Over the next couple of weeks after we returned from Maui, she added more and more steps, and we think she’ll be fully walking any day now. She has finally started to be amenable to solid foods once again, and is back to eating avocado. She also likes string cheese, Pirate’s Booty cheese puffs, celery, and unfortunately, cat food.
Her new favorite activities include tearing into the spice drawer and playing with her new alphabet flashcards. She also enjoys playing in the sand pit and turf at Crack Shack while her parents enjoy beers.
We attended a beer and cheese tasting at Alesmith brewing, hosted by our real estate agent, and decided to bring Vale along. She enjoyed a fancy, dry, gouda with excellent flavor crystals. She also tried and liked the triple cream brie, goat, and bleu. Unfortunately, she was not of legal age to pair these cheeses with the recommended Alesmith Nut Brown, .394 Pale, Horny Devil (Belgian), or Speedway Stout, respectively.
Vale at 5 months laughs when we sprint in the church parking lot, and sometimes when we do squat jumps. She falls asleep on our way up the steepest hill when we take her out for night jogs. She laughs when Daddy’s beard tickles her face. She likes crunching on her Como Tomo and Sofie the giraffe chew toys (perhaps the fact I cannot stop referring to these things as chew toys reflects just how long we lived a DINK life before deciding to have a baby).
She started rolling over one day, then quickly started scooting across the floor almost overnight. She has started to eat some solid foods, and likes carrots and avocados. She’s had the privilege of eating mom’s bomb-ass butternut squash soup and dad’s spectacular split pea soup, but is somewhat lukewarm about these tasty creations. If she only knew how spoiled she is! Mom remembers her brother eating jars of store-bought Gerber as a baby.

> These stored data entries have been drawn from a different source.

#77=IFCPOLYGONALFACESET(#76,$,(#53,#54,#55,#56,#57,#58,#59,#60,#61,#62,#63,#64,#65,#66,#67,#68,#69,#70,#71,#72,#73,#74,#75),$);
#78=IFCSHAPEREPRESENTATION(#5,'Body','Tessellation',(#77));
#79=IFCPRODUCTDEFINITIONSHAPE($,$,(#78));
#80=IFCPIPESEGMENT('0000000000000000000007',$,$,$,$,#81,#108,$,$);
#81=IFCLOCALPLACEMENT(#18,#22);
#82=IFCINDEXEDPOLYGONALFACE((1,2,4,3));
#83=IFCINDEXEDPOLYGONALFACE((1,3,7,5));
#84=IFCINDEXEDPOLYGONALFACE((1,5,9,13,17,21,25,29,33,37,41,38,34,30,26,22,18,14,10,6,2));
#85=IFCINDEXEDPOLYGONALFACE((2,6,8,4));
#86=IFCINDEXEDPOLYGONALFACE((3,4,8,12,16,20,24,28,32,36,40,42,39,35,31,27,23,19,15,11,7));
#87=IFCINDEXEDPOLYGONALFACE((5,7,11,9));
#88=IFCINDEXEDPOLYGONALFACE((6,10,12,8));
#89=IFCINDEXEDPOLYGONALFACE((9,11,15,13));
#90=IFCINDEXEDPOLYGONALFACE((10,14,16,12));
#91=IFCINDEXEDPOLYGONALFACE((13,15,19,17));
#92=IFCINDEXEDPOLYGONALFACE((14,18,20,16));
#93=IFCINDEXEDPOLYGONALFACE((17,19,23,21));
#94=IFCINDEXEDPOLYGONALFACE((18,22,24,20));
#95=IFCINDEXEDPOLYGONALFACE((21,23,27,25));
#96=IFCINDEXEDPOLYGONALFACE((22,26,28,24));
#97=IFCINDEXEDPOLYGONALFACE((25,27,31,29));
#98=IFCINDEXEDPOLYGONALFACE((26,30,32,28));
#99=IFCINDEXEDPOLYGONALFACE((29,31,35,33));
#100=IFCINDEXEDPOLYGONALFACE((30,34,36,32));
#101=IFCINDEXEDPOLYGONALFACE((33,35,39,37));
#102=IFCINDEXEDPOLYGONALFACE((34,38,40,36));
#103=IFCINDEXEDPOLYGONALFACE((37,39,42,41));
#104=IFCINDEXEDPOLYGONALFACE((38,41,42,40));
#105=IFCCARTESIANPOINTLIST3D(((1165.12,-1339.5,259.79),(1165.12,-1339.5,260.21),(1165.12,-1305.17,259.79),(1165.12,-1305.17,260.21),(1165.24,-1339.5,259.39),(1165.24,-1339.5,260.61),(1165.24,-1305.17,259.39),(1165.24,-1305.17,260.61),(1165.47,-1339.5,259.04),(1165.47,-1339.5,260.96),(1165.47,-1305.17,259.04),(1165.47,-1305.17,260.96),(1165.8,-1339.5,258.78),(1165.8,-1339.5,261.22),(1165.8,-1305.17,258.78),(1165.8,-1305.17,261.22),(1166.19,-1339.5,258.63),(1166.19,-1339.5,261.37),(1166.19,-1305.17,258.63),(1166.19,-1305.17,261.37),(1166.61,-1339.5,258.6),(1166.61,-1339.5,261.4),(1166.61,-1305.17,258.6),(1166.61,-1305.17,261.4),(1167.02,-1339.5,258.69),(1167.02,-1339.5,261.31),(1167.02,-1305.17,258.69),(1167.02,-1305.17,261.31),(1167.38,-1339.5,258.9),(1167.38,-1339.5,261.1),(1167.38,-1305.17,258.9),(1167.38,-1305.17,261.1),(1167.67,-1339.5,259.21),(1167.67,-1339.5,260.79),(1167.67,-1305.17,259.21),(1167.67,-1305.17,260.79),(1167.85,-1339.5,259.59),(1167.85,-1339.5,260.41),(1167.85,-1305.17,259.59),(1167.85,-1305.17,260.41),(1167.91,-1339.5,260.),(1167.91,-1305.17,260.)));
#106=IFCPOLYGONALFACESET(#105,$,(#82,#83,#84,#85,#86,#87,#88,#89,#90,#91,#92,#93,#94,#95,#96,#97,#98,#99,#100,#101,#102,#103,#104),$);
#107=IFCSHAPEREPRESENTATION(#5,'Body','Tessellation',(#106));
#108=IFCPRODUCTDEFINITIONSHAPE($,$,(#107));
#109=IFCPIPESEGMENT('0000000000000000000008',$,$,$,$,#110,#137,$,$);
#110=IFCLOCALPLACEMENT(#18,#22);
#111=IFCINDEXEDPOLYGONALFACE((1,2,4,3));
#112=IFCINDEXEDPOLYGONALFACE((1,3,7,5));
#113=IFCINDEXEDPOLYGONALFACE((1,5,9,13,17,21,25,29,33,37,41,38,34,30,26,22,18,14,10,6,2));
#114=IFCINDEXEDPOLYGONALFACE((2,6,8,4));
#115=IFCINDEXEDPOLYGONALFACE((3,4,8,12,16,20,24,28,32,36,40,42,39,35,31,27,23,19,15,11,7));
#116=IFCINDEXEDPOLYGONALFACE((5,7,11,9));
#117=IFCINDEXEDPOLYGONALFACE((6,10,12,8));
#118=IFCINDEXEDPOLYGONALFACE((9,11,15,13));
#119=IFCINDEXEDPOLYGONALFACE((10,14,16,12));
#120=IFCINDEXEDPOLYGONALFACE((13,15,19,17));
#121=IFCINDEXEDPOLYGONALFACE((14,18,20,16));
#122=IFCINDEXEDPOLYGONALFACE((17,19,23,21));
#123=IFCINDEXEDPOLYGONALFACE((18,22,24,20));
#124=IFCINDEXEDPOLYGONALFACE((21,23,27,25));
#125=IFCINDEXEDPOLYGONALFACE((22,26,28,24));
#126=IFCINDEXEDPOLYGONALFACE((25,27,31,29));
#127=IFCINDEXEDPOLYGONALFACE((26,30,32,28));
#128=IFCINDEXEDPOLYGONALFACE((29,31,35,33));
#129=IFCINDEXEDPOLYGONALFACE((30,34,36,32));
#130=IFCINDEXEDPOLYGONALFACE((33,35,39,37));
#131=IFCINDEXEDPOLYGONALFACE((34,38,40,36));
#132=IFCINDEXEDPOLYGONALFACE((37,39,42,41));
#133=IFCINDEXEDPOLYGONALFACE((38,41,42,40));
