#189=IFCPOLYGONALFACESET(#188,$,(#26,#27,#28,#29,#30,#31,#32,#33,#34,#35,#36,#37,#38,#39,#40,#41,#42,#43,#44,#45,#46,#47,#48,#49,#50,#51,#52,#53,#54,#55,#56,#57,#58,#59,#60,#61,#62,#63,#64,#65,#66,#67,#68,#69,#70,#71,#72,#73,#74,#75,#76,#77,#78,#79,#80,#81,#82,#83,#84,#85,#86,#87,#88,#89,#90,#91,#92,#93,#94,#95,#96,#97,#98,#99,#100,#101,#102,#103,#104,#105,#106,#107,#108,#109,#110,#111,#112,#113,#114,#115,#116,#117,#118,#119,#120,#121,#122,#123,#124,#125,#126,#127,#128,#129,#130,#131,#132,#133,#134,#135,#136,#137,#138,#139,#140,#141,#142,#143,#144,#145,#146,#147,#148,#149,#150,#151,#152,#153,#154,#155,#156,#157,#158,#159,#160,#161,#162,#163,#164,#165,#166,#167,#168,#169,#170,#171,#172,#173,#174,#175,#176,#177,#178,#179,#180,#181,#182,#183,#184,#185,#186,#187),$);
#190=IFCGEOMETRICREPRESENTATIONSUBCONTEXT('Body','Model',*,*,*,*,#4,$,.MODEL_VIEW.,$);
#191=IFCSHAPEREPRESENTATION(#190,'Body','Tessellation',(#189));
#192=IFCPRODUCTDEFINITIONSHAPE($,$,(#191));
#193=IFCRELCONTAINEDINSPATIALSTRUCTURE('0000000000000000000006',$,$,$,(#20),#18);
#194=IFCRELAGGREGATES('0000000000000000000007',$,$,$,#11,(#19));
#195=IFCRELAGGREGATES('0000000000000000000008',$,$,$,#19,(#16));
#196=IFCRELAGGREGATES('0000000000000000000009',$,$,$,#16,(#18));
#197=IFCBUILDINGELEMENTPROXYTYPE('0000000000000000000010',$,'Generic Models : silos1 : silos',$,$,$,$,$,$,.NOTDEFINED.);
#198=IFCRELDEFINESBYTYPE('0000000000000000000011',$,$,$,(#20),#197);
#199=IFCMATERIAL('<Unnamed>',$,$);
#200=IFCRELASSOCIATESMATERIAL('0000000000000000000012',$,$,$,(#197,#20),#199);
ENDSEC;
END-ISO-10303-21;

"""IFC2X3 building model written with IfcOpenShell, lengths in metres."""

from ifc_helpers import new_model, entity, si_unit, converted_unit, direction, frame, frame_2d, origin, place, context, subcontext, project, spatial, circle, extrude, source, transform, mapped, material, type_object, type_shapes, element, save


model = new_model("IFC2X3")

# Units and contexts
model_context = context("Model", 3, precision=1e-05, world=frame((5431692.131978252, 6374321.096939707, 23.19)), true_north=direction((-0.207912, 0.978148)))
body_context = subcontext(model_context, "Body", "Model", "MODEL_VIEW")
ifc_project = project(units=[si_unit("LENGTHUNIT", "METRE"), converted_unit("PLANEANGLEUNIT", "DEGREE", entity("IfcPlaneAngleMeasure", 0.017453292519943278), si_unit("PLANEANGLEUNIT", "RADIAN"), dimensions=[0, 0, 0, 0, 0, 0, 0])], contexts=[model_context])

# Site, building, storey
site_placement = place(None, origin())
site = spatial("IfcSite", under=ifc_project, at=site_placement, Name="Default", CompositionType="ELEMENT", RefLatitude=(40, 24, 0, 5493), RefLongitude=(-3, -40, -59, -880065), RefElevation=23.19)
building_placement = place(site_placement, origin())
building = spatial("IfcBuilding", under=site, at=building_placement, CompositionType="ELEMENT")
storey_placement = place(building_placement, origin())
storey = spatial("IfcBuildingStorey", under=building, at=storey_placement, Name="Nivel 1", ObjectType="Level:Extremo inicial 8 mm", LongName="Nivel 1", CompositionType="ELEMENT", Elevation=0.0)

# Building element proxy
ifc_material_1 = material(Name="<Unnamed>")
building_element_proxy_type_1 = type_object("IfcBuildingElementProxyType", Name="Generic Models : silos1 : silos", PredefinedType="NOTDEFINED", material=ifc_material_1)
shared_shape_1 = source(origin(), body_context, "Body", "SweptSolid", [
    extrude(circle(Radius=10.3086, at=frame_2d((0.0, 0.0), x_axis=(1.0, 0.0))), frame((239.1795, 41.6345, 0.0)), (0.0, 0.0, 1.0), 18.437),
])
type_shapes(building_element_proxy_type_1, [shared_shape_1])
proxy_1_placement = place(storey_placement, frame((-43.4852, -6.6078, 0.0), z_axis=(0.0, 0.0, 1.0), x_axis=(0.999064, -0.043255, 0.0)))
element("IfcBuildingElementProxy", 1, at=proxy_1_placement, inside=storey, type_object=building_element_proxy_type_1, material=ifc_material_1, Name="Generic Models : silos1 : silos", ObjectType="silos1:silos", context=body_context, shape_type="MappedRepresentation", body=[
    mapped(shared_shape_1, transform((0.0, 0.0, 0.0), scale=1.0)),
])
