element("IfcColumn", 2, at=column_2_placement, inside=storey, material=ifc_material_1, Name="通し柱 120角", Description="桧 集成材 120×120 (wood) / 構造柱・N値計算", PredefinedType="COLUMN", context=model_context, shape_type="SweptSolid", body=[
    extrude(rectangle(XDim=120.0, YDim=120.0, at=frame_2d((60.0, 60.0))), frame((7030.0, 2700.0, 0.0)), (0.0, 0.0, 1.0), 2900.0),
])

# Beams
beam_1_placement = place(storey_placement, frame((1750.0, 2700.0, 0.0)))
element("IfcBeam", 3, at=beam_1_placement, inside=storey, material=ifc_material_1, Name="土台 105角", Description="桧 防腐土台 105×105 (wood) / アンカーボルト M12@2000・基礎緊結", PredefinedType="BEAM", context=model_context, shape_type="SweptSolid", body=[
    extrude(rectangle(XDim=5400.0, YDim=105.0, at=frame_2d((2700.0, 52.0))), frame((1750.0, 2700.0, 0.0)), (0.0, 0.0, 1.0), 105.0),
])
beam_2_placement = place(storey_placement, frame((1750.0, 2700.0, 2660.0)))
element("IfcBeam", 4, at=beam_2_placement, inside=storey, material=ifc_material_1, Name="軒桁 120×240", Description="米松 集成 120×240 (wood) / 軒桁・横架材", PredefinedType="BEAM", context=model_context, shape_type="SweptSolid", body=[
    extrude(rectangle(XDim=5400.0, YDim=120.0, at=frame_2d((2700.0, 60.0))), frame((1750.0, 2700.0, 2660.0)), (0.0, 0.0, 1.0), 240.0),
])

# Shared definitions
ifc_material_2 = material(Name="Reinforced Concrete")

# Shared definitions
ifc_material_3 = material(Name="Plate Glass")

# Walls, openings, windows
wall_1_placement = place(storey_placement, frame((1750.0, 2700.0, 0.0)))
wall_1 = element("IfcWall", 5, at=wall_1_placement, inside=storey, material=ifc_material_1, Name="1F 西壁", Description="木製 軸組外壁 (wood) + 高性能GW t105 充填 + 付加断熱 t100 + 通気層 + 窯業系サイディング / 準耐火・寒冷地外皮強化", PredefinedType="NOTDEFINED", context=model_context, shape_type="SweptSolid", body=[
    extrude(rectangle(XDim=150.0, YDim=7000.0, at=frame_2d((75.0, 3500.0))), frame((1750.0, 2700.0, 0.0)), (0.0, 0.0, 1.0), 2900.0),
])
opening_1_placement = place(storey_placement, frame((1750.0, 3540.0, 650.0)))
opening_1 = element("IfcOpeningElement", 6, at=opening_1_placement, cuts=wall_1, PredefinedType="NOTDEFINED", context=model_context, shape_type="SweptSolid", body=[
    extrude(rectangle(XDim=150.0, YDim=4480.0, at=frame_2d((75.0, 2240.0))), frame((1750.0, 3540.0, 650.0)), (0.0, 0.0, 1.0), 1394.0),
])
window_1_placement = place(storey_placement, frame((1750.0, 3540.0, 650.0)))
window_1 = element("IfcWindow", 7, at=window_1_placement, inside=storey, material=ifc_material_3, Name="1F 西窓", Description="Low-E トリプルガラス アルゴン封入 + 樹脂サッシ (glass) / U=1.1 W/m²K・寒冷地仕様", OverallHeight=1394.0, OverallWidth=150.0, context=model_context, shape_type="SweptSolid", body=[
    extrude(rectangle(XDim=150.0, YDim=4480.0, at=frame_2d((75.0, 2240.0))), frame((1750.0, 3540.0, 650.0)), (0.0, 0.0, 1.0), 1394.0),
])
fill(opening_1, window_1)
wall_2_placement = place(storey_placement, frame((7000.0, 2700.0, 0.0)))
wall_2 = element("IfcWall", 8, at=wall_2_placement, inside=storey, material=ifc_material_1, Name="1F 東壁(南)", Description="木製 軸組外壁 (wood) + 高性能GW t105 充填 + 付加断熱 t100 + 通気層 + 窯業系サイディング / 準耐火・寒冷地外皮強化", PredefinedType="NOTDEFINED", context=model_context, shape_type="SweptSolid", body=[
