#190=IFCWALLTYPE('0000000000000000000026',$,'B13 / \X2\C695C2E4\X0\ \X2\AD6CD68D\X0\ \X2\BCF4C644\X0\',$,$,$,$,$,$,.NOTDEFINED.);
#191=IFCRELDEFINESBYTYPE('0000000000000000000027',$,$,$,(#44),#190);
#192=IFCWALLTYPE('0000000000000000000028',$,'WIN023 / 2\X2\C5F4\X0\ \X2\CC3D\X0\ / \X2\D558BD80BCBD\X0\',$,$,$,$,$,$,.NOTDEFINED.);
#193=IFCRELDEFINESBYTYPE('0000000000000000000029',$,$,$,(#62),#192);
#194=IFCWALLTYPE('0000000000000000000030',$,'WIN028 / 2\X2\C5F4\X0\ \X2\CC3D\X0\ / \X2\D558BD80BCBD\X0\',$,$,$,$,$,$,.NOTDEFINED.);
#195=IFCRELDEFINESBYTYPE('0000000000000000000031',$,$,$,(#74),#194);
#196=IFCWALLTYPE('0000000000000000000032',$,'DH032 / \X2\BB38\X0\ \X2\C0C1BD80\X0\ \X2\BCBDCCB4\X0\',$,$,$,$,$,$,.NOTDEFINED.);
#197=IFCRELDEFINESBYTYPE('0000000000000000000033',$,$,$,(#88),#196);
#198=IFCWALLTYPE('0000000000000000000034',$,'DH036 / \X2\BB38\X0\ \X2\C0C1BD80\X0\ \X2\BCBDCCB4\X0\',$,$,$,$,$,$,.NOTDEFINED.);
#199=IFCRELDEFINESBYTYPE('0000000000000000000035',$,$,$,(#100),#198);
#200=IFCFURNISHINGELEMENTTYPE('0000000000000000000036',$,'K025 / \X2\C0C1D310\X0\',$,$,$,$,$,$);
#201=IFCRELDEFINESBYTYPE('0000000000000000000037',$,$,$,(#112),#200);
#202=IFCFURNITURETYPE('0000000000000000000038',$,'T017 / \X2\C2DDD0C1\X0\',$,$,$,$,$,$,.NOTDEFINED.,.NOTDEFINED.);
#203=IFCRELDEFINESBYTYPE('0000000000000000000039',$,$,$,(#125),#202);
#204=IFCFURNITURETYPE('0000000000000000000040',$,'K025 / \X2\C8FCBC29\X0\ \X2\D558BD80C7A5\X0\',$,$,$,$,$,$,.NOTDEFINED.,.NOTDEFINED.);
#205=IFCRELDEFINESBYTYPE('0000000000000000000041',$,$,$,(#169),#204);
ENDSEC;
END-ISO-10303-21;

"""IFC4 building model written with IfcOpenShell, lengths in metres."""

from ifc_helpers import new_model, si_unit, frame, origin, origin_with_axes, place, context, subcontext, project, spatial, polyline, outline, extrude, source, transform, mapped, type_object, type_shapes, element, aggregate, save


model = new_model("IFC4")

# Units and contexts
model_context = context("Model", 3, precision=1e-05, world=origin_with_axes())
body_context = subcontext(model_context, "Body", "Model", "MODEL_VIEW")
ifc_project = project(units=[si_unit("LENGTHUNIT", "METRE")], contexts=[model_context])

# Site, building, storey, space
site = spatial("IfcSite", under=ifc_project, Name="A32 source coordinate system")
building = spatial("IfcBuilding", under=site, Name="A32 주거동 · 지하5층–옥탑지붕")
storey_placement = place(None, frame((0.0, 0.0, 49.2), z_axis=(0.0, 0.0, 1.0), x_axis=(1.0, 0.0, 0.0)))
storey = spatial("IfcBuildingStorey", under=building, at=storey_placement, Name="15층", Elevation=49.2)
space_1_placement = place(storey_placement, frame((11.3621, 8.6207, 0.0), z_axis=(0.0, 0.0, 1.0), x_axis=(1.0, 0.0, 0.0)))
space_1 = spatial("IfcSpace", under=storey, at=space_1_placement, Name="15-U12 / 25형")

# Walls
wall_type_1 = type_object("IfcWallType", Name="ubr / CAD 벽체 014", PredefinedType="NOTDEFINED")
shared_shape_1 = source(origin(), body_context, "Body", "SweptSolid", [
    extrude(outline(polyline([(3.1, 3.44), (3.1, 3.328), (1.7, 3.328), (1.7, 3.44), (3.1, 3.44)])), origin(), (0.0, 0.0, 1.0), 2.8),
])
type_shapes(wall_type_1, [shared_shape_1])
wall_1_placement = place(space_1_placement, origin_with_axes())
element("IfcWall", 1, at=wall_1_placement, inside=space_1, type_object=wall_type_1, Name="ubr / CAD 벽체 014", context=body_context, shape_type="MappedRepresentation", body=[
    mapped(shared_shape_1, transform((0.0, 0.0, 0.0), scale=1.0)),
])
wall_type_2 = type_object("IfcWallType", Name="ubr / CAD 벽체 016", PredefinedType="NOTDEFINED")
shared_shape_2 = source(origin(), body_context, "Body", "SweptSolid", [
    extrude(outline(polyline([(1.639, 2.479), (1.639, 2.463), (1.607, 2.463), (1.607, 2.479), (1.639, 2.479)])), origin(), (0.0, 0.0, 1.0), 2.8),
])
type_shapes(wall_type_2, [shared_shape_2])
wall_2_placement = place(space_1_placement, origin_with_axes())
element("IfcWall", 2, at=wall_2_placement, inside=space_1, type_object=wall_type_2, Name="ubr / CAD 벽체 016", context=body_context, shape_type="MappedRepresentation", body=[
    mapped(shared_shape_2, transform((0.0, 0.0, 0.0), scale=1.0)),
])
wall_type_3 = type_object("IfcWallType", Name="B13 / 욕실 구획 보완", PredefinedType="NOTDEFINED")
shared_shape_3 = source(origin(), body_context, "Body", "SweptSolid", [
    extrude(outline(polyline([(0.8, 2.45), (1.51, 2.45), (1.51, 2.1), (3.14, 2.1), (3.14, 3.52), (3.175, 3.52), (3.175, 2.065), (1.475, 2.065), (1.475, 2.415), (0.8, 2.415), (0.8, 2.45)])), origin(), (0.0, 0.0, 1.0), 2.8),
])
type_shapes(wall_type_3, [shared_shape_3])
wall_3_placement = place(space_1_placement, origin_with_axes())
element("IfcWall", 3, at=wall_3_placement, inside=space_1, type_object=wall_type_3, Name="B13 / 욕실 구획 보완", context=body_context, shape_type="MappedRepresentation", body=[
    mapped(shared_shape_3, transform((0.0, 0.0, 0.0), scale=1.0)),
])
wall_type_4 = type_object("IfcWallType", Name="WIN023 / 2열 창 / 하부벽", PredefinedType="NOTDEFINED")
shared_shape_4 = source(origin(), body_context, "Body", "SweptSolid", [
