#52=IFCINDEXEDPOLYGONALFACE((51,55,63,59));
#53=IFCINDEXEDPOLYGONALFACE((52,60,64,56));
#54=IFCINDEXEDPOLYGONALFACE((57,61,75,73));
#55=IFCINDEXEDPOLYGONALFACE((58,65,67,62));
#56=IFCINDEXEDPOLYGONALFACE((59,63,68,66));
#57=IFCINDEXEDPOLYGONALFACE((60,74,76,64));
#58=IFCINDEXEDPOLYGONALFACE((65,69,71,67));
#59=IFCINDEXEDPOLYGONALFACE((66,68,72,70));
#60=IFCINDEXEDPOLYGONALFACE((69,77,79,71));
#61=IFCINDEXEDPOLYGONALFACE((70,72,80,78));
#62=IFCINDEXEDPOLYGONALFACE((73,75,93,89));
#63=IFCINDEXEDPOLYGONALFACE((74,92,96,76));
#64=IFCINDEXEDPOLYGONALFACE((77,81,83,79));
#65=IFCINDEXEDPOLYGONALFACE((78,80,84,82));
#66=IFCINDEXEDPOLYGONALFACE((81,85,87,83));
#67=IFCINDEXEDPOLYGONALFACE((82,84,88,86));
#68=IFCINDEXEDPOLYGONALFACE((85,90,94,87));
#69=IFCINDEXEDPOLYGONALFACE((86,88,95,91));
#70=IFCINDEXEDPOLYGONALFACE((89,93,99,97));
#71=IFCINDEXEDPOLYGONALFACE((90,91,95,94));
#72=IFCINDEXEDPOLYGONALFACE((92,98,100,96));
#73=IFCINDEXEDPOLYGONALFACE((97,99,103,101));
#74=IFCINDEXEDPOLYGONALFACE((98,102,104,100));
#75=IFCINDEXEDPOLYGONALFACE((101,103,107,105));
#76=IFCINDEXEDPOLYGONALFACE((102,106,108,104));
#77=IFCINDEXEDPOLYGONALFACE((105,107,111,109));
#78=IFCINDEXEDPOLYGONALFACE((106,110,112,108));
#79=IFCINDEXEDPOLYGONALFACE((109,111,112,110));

We took her to Costco to get passport photos taken for our upcoming trip to Cabo, and Daddy had to hold her up above his head, while supporting her back with his hand in an awkward manner to carefully avoid being in the photo himself. This occurrence confused her, and she ended up looking like a concerned little old man getting his mugshot taken. She has proved amenable to eating in a cradle position, so we just might be able to venture out into public for extended periods of time soon, and if not – oh well. We’re going to Mexico anyway!
She attended two Superbowl parties, and had a blast at party number 1 playing on her buddy’s play mat, and watching football on the gigantic TV (unclear at this point where the enthusiasm for football comes from) while mommy enjoyed a grapefruit Sculpin. At party number 2, attendees fawned over her, bounced her around, made her laugh, and generally showered her with attention, which rendered her less concerned with the game.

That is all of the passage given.